- **Exercise directions**
The data below should be repeated exactly and in full.

━━ Listed records

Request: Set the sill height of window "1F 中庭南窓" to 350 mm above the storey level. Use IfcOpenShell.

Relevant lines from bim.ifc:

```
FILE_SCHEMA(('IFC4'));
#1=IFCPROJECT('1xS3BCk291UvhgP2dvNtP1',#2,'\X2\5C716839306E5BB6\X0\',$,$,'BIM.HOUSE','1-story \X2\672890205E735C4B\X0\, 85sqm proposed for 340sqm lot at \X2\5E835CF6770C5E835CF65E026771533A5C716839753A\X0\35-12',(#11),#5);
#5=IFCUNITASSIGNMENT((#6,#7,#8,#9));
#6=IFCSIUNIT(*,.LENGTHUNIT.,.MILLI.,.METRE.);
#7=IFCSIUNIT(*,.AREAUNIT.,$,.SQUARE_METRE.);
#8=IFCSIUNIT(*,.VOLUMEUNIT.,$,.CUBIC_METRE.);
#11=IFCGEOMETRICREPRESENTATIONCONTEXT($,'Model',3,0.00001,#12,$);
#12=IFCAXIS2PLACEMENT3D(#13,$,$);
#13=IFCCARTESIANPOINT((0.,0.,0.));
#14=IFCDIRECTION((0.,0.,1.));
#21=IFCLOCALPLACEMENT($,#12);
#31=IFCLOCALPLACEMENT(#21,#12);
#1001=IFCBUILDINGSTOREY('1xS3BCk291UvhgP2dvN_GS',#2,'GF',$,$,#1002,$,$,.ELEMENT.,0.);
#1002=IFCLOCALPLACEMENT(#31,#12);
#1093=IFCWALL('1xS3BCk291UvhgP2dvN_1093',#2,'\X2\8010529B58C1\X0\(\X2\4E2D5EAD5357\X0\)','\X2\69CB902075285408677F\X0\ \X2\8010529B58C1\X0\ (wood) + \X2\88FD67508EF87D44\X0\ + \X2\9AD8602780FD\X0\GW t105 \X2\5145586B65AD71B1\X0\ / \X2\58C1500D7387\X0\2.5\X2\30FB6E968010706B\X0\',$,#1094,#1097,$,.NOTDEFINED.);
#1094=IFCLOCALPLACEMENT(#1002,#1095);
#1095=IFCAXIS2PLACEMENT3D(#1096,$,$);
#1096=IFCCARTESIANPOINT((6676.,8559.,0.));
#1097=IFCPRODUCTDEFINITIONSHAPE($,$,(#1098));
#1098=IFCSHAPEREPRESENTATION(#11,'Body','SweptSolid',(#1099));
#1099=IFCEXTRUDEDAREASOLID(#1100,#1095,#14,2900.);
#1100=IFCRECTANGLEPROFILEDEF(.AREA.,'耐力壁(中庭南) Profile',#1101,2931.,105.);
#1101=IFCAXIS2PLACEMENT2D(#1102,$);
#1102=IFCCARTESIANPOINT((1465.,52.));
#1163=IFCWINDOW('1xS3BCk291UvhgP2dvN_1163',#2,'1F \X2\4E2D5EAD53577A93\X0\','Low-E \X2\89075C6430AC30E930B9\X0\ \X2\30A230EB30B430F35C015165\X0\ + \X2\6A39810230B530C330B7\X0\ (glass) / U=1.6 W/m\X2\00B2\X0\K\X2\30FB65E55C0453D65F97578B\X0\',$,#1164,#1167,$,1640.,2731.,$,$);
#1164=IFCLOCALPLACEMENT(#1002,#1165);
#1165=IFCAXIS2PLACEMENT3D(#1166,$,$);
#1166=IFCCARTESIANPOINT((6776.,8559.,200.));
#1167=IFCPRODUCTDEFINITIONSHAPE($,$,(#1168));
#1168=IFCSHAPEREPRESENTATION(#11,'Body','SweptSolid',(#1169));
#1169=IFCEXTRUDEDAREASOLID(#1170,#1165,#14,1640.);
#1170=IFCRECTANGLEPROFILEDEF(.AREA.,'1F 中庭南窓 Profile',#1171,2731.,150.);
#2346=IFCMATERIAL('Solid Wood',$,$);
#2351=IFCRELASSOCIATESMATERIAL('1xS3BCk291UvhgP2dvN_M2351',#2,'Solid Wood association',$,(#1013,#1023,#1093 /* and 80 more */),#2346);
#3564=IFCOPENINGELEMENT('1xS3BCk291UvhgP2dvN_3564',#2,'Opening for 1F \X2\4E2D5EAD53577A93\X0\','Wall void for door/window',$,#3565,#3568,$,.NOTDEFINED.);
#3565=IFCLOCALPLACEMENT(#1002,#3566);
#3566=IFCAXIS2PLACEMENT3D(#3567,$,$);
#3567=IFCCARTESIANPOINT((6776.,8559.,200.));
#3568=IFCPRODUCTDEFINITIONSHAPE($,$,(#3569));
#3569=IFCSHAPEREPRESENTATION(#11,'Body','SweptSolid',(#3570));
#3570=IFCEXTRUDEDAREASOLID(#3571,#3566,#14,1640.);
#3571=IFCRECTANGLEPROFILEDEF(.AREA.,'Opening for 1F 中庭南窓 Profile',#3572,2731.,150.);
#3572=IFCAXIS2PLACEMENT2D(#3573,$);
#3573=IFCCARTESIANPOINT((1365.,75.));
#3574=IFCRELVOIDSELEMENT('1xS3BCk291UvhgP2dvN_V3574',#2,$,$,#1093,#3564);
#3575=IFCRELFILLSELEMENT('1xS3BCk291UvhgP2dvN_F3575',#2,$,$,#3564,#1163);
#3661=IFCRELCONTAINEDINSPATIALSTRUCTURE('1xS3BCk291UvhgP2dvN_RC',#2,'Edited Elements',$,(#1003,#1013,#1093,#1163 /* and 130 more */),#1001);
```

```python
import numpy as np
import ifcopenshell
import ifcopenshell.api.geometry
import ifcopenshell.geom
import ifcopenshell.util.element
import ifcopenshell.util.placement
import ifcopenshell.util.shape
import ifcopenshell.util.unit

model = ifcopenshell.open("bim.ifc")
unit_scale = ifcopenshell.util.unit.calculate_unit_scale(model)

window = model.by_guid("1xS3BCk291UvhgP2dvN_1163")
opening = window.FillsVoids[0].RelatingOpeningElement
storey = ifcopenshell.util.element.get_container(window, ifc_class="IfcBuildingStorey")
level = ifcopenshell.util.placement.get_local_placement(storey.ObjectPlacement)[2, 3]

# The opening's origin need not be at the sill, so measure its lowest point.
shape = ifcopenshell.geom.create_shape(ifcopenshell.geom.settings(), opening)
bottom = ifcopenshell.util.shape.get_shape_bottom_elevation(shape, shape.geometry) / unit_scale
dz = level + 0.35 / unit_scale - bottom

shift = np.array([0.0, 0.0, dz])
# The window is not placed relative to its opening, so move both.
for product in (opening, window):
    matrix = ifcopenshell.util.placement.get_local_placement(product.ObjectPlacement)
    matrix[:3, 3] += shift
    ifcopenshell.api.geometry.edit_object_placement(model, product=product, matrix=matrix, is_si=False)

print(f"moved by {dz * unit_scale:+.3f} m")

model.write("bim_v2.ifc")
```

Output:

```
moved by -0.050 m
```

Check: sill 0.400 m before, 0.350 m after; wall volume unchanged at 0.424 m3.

━━━━

- **Solution to this problem**
Request: Set the sill height of window "1F 中庭南窓" to 350 mm above the storey level. Use IfcOpenShell.

Relevant lines from bim.ifc:

```
FILE_SCHEMA(('IFC4'));
#1=IFCPROJECT('1xS3BCk291UvhgP2dvNtP1',#2,'\X2\5C716839306E5BB6\X0\',$,$,'BIM.HOUSE','1-story \X2\672890205E735C4B\X0\, 85sqm proposed for 340sqm lot at \X2\5E835CF6770C5E835CF65E026771533A5C716839753A\X0\35-12',(#11),#5);
#5=IFCUNITASSIGNMENT((#6,#7,#8,#9));
#6=IFCSIUNIT(*,.LENGTHUNIT.,.MILLI.,.METRE.);
#7=IFCSIUNIT(*,.AREAUNIT.,$,.SQUARE_METRE.);
#8=IFCSIUNIT(*,.VOLUMEUNIT.,$,.CUBIC_METRE.);
#11=IFCGEOMETRICREPRESENTATIONCONTEXT($,'Model',3,0.00001,#12,$);
#12=IFCAXIS2PLACEMENT3D(#13,$,$);
#13=IFCCARTESIANPOINT((0.,0.,0.));
#14=IFCDIRECTION((0.,0.,1.));
#21=IFCLOCALPLACEMENT($,#12);
#31=IFCLOCALPLACEMENT(#21,#12);
#1001=IFCBUILDINGSTOREY('1xS3BCk291UvhgP2dvN_GS',#2,'GF',$,$,#1002,$,$,.ELEMENT.,0.);
#1002=IFCLOCALPLACEMENT(#31,#12);
#1093=IFCWALL('1xS3BCk291UvhgP2dvN_1093',#2,'\X2\8010529B58C1\X0\(\X2\4E2D5EAD5357\X0\)','\X2\69CB902075285408677F\X0\ \X2\8010529B58C1\X0\ (wood) + \X2\88FD67508EF87D44\X0\ + \X2\9AD8602780FD\X0\GW t105 \X2\5145586B65AD71B1\X0\ / \X2\58C1500D7387\X0\2.5\X2\30FB6E968010706B\X0\',$,#1094,#1097,$,.NOTDEFINED.);
#1094=IFCLOCALPLACEMENT(#1002,#1095);
#1095=IFCAXIS2PLACEMENT3D(#1096,$,$);
#1096=IFCCARTESIANPOINT((6676.,8559.,0.));
#1097=IFCPRODUCTDEFINITIONSHAPE($,$,(#1098));
#1098=IFCSHAPEREPRESENTATION(#11,'Body','SweptSolid',(#1099));
#1099=IFCEXTRUDEDAREASOLID(#1100,#1095,#14,2900.);
#1100=IFCRECTANGLEPROFILEDEF(.AREA.,'耐力壁(中庭南) Profile',#1101,2931.,105.);
#1101=IFCAXIS2PLACEMENT2D(#1102,$);
#1102=IFCCARTESIANPOINT((1465.,52.));
#1163=IFCWINDOW('1xS3BCk291UvhgP2dvN_1163',#2,'1F \X2\4E2D5EAD53577A93\X0\','Low-E \X2\89075C6430AC30E930B9\X0\ \X2\30A230EB30B430F35C015165\X0\ + \X2\6A39810230B530C330B7\X0\ (glass) / U=1.6 W/m\X2\00B2\X0\K\X2\30FB65E55C0453D65F97578B\X0\',$,#1164,#1167,$,1640.,2731.,$,$);
#1164=IFCLOCALPLACEMENT(#1002,#1165);
#1165=IFCAXIS2PLACEMENT3D(#1166,$,$);
#1166=IFCCARTESIANPOINT((6776.,8559.,200.));
#1167=IFCPRODUCTDEFINITIONSHAPE($,$,(#1168));
#1168=IFCSHAPEREPRESENTATION(#11,'Body','SweptSolid',(#1169));
#1169=IFCEXTRUDEDAREASOLID(#1170,#1165,#14,1640.);
#1170=IFCRECTANGLEPROFILEDEF(.AREA.,'1F 中庭南窓 Profile',#1171,2731.,150.);
#2346=IFCMATERIAL('Solid Wood',$,$);
#2351=IFCRELASSOCIATESMATERIAL('1xS3BCk291UvhgP2dvN_M2351',#2,'Solid Wood association',$,(#1013,#1023,#1093 /* and 80 more */),#2346);
#3564=IFCOPENINGELEMENT('1xS3BCk291UvhgP2dvN_3564',#2,'Opening for 1F \X2\4E2D5EAD53577A93\X0\','Wall void for door/window',$,#3565,#3568,$,.NOTDEFINED.);
#3565=IFCLOCALPLACEMENT(#1002,#3566);
#3566=IFCAXIS2PLACEMENT3D(#3567,$,$);
#3567=IFCCARTESIANPOINT((6776.,8559.,200.));
#3568=IFCPRODUCTDEFINITIONSHAPE($,$,(#3569));
#3569=IFCSHAPEREPRESENTATION(#11,'Body','SweptSolid',(#3570));
#3570=IFCEXTRUDEDAREASOLID(#3571,#3566,#14,1640.);
#3571=IFCRECTANGLEPROFILEDEF(.AREA.,'Opening for 1F 中庭南窓 Profile',#3572,2731.,150.);
#3572=IFCAXIS2PLACEMENT2D(#3573,$);
#3573=IFCCARTESIANPOINT((1365.,75.));
#3574=IFCRELVOIDSELEMENT('1xS3BCk291UvhgP2dvN_V3574',#2,$,$,#1093,#3564);
#3575=IFCRELFILLSELEMENT('1xS3BCk291UvhgP2dvN_F3575',#2,$,$,#3564,#1163);
#3661=IFCRELCONTAINEDINSPATIALSTRUCTURE('1xS3BCk291UvhgP2dvN_RC',#2,'Edited Elements',$,(#1003,#1013,#1093,#1163 /* and 130 more */),#1001);
```

```python
import numpy as np
import ifcopenshell
import ifcopenshell.api.geometry
import ifcopenshell.geom
import ifcopenshell.util.element
import ifcopenshell.util.placement
import ifcopenshell.util.shape
import ifcopenshell.util.unit

model = ifcopenshell.open("bim.ifc")
unit_scale = ifcopenshell.util.unit.calculate_unit_scale(model)

window = model.by_guid("1xS3BCk291UvhgP2dvN_1163")
opening = window.FillsVoids[0].RelatingOpeningElement
storey = ifcopenshell.util.element.get_container(window, ifc_class="IfcBuildingStorey")
level = ifcopenshell.util.placement.get_local_placement(storey.ObjectPlacement)[2, 3]

# The opening's origin need not be at the sill, so measure its lowest point.
shape = ifcopenshell.geom.create_shape(ifcopenshell.geom.settings(), opening)
bottom = ifcopenshell.util.shape.get_shape_bottom_elevation(shape, shape.geometry) / unit_scale
dz = level + 0.35 / unit_scale - bottom

shift = np.array([0.0, 0.0, dz])
# The window is not placed relative to its opening, so move both.
for product in (opening, window):
    matrix = ifcopenshell.util.placement.get_local_placement(product.ObjectPlacement)
    matrix[:3, 3] += shift
    ifcopenshell.api.geometry.edit_object_placement(model, product=product, matrix=matrix, is_si=False)

print(f"moved by {dz * unit_scale:+.3f} m")

model.write("bim_v2.ifc")
```

Output:

```
moved by -0.050 m
```

Check: sill 0.400 m before, 0.350 m after; wall volume unchanged at 0.424 m3.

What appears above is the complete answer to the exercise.